▶ [TASK INPUT]:

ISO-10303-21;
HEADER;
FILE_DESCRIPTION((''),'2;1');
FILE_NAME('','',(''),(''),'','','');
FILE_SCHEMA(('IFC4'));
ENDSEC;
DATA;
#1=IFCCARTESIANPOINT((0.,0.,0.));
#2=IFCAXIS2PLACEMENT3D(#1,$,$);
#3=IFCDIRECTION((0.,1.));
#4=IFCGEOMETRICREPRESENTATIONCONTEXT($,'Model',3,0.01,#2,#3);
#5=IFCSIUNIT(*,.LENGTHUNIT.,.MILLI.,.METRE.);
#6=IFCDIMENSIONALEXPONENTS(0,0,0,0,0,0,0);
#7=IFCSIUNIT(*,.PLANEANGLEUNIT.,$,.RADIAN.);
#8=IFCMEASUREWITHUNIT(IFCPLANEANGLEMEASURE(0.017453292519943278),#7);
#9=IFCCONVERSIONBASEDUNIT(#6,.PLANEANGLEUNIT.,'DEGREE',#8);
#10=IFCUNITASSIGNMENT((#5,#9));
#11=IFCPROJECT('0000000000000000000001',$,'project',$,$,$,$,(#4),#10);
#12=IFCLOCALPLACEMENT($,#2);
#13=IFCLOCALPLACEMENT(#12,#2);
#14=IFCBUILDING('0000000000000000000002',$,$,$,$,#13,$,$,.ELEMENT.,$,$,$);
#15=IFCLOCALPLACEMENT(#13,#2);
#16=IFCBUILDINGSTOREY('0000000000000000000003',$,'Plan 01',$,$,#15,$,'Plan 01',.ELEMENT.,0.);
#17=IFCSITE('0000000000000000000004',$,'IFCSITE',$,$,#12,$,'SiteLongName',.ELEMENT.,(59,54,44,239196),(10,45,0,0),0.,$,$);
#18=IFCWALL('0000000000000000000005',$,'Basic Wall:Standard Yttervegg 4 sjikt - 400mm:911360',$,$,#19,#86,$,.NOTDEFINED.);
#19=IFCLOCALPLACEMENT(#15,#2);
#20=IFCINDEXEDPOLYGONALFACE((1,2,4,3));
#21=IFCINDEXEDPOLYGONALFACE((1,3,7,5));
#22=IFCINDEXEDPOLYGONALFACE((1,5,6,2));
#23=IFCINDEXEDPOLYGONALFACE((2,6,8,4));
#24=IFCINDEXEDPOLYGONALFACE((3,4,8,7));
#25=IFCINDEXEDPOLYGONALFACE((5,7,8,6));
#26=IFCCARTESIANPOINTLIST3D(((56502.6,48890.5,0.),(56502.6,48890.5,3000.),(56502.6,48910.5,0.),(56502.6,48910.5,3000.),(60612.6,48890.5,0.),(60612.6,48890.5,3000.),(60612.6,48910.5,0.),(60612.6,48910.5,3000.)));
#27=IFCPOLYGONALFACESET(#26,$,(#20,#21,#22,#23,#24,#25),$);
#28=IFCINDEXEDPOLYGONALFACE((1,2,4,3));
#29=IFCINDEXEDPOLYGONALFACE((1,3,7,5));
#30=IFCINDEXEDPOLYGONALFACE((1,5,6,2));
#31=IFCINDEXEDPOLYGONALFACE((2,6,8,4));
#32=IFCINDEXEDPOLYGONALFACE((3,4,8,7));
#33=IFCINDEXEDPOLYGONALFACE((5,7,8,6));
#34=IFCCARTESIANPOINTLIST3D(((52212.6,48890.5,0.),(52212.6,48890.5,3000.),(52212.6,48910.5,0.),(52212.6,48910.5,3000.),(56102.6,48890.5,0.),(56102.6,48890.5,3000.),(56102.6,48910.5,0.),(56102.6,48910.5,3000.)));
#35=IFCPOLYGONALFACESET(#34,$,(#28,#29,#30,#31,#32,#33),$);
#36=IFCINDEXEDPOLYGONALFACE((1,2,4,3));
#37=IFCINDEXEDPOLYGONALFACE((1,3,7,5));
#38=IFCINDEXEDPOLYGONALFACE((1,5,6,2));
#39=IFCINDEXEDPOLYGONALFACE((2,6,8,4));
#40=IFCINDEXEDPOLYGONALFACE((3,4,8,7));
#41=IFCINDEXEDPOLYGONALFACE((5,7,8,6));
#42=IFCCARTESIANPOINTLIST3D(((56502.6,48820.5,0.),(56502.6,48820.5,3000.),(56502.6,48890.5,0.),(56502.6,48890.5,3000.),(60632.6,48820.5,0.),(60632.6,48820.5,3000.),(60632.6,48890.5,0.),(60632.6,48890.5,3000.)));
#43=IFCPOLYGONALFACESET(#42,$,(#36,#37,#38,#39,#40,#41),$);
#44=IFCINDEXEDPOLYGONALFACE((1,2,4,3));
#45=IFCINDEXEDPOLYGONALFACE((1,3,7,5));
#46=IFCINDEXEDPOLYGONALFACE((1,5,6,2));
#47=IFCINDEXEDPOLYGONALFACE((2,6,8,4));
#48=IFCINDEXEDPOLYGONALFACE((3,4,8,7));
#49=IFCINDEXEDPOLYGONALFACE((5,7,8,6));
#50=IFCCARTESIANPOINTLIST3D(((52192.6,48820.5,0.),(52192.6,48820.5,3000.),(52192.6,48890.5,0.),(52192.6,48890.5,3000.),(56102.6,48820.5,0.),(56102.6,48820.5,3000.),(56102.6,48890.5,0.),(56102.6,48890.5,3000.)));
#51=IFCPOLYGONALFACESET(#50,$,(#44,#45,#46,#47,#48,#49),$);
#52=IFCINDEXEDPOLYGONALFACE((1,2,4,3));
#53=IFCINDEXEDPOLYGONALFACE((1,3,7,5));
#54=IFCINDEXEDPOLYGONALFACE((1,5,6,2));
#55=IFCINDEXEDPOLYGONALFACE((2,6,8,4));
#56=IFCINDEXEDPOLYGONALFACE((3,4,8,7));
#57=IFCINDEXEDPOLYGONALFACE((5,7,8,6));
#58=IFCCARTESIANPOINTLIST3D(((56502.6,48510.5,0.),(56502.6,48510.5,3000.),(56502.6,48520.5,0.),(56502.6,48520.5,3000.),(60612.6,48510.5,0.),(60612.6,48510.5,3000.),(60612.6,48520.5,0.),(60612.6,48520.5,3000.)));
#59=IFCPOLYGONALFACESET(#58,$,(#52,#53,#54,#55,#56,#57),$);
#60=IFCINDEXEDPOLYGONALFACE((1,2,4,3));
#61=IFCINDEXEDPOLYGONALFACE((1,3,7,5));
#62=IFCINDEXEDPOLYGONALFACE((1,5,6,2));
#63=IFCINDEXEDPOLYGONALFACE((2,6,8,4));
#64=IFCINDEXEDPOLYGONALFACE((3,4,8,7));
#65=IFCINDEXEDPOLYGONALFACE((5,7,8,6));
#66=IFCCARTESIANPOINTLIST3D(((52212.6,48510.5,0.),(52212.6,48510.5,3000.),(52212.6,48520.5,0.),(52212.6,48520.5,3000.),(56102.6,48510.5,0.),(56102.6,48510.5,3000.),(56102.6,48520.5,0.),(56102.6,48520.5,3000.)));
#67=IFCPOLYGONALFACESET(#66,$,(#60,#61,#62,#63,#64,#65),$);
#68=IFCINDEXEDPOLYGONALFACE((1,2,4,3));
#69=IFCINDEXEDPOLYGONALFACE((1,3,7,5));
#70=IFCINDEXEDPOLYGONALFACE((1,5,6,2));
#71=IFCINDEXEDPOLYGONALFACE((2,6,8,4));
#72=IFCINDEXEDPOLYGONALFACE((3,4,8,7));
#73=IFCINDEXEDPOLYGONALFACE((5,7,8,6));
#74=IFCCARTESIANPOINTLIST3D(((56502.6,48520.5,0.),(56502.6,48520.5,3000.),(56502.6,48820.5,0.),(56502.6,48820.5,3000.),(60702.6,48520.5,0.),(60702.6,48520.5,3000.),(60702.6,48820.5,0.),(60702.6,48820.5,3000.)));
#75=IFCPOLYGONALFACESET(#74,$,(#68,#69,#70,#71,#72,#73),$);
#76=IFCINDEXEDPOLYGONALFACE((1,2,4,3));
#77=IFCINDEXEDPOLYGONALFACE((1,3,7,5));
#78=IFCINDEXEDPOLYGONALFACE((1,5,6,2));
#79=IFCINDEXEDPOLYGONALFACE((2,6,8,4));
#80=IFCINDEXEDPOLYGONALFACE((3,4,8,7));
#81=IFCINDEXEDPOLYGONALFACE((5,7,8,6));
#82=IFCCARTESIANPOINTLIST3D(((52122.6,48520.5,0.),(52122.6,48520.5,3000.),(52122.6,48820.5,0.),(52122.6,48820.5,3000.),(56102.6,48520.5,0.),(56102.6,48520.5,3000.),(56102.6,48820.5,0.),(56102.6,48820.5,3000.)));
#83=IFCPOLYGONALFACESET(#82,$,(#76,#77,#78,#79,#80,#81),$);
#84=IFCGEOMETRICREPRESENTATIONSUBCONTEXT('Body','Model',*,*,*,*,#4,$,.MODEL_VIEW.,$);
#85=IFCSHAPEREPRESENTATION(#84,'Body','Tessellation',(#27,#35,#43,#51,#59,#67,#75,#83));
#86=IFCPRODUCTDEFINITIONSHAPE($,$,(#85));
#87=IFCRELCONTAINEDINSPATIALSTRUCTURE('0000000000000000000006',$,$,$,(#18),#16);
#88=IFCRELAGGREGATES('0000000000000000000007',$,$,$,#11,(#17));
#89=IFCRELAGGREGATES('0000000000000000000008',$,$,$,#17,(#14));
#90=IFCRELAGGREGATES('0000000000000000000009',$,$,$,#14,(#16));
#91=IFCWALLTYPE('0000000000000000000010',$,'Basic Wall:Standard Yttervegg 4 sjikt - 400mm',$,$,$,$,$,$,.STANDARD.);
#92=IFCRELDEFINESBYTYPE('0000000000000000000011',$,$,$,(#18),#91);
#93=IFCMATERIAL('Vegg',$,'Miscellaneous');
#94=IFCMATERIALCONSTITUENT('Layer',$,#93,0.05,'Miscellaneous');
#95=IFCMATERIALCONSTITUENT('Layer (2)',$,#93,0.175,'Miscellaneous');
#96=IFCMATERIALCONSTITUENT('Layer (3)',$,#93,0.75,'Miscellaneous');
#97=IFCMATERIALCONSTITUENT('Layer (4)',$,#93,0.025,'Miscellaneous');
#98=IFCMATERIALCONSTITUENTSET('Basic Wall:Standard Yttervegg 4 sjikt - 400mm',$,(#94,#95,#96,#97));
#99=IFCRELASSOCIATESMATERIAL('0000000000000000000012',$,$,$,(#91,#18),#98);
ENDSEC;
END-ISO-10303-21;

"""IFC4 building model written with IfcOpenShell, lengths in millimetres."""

from ifc_helpers import new_model, entity, si_unit, converted_unit, direction, frame, origin, place, context, subcontext, project, spatial, indexed_curve, outline, extrude, material, constituent, constituent_set, type_object, element, save


model = new_model("IFC4")

# Units and contexts
model_context = context("Model", 3, precision=0.01, world=origin(), true_north=direction((0.0, 1.0)))
body_context = subcontext(model_context, "Body", "Model", "MODEL_VIEW")
ifc_project = project(units=[si_unit("LENGTHUNIT", "METRE", prefix="MILLI"), converted_unit("PLANEANGLEUNIT", "DEGREE", entity("IfcPlaneAngleMeasure", 0.017453292519943278), si_unit("PLANEANGLEUNIT", "RADIAN"), dimensions=[0, 0, 0, 0, 0, 0, 0])], contexts=[model_context])

# Site, building, storey
site_placement = place(None, origin())
site = spatial("IfcSite", under=ifc_project, at=site_placement, Name="IFCSITE", LongName="SiteLongName", CompositionType="ELEMENT", RefLatitude=(59, 54, 44, 239196), RefLongitude=(10, 45, 0, 0), RefElevation=0.0)
building_placement = place(site_placement, origin())
building = spatial("IfcBuilding", under=site, at=building_placement, CompositionType="ELEMENT")
storey_placement = place(building_placement, origin())
storey = spatial("IfcBuildingStorey", under=building, at=storey_placement, Name="Plan 01", LongName="Plan 01", CompositionType="ELEMENT", Elevation=0.0)

# Wall
ifc_material_1 = material(Name="Vegg", Category="Miscellaneous")
ifc_constituent_1 = constituent(ifc_material_1, Name="Layer", Category="Miscellaneous", fraction=0.05)
ifc_constituent_2 = constituent(ifc_material_1, Name="Layer (2)", Category="Miscellaneous", fraction=0.175)
ifc_constituent_3 = constituent(ifc_material_1, Name="Layer (3)", Category="Miscellaneous", fraction=0.75)
ifc_constituent_4 = constituent(ifc_material_1, Name="Layer (4)", Category="Miscellaneous", fraction=0.025)
ifc_constituent_set_1 = constituent_set(constituents=[ifc_constituent_1, ifc_constituent_2, ifc_constituent_3, ifc_constituent_4], Name="Basic Wall:Standard Yttervegg 4 sjikt - 400mm")
wall_type = type_object("IfcWallType", Name="Basic Wall:Standard Yttervegg 4 sjikt - 400mm", PredefinedType="STANDARD", material=ifc_constituent_set_1)
wall_1_placement = place(storey_placement, frame((52212.6, 48710.5, 0.0)))
element("IfcWall", 1, at=wall_1_placement, inside=storey, type_object=wall_type, material=ifc_constituent_set_1, Name="Basic Wall:Standard Yttervegg 4 sjikt - 400mm:911360", PredefinedType="NOTDEFINED", context=body_context, shape_type="SweptSolid", body=[
    extrude(outline(indexed_curve([(-10.0, -2055.0), (10.0, -2055.0), (10.0, 2055.0), (-10.0, 2055.0), (-10.0, -2055.0)], self_intersect=False)), frame((6345.0, 190.0, 0.0), z_axis=(0.0, 0.0, 1.0), x_axis=(0.0, -1.0, 0.0)), (0.0, 0.0, 1.0), 3000.0),
    extrude(outline(indexed_curve([(-10.0, -1945.0), (10.0, -1945.0), (10.0, 1945.0), (-10.0, 1945.0), (-10.0, -1945.0)], self_intersect=False)), frame((1945.0, 190.0, 0.0), z_axis=(0.0, 0.0, 1.0), x_axis=(0.0, -1.0, 0.0)), (0.0, 0.0, 1.0), 3000.0),
    extrude(outline(indexed_curve([(-2065.0, -35.0), (2065.0, -35.0), (2065.0, 35.0), (-2065.0, 35.0), (-2065.0, -35.0)], self_intersect=False)), frame((6355.0, 145.0, 0.0), z_axis=(0.0, 0.0, 1.0), x_axis=(-1.0, 0.0, 0.0)), (0.0, 0.0, 1.0), 3000.0),
    extrude(outline(indexed_curve([(-1955.0, -35.0), (1955.0, -35.0), (1955.0, 35.0), (-1955.0, 35.0), (-1955.0, -35.0)], self_intersect=False)), frame((1935.0, 145.0, 0.0)), (0.0, 0.0, 1.0), 3000.0),
    extrude(outline(indexed_curve([(-5.0, -2055.0), (5.0, -2055.0), (5.0, 2055.0), (-5.0, 2055.0), (-5.0, -2055.0)], self_intersect=False)), frame((6345.0, -195.0, 0.0), z_axis=(0.0, 0.0, 1.0), x_axis=(0.0, 1.0, 0.0)), (0.0, 0.0, 1.0), 3000.0),
    extrude(outline(indexed_curve([(-5.0, -1945.0), (5.0, -1945.0), (5.0, 1945.0), (-5.0, 1945.0), (-5.0, -1945.0)], self_intersect=False)), frame((1945.0, -195.0, 0.0), z_axis=(0.0, 0.0, 1.0), x_axis=(0.0, 1.0, 0.0)), (0.0, 0.0, 1.0), 3000.0),
    extrude(outline(indexed_curve([(-2100.0, -150.0), (2100.0, -150.0), (2100.0, 150.0), (-2100.0, 150.0), (-2100.0, -150.0)], self_intersect=False)), frame((6390.0, -40.0, 0.0), z_axis=(0.0, 0.0, 1.0), x_axis=(-1.0, 0.0, 0.0)), (0.0, 0.0, 1.0), 3000.0),
    extrude(outline(indexed_curve([(-1990.0, -150.0), (1990.0, -150.0), (1990.0, 150.0), (-1990.0, 150.0), (-1990.0, -150.0)], self_intersect=False)), frame((1900.0, -40.0, 0.0)), (0.0, 0.0, 1.0), 3000.0),
])

save(model, "model.ifc")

▶ [YOUR GOAL]:
Scan the records above and report every line with the string "IFCPOLYGONALFACESET".

▶ [RESPONSE FOR THIS EXERCISE]:
#27=IFCPOLYGONALFACESET(#26,$,(#20,#21,#22,#23,#24,#25),$);
#35=IFCPOLYGONALFACESET(#34,$,(#28,#29,#30,#31,#32,#33),$);
#43=IFCPOLYGONALFACESET(#42,$,(#36,#37,#38,#39,#40,#41),$);
#51=IFCPOLYGONALFACESET(#50,$,(#44,#45,#46,#47,#48,#49),$);
#59=IFCPOLYGONALFACESET(#58,$,(#52,#53,#54,#55,#56,#57),$);
#67=IFCPOLYGONALFACESET(#66,$,(#60,#61,#62,#63,#64,#65),$);
#75=IFCPOLYGONALFACESET(#74,$,(#68,#69,#70,#71,#72,#73),$);
#83=IFCPOLYGONALFACESET(#82,$,(#76,#77,#78,#79,#80,#81),$);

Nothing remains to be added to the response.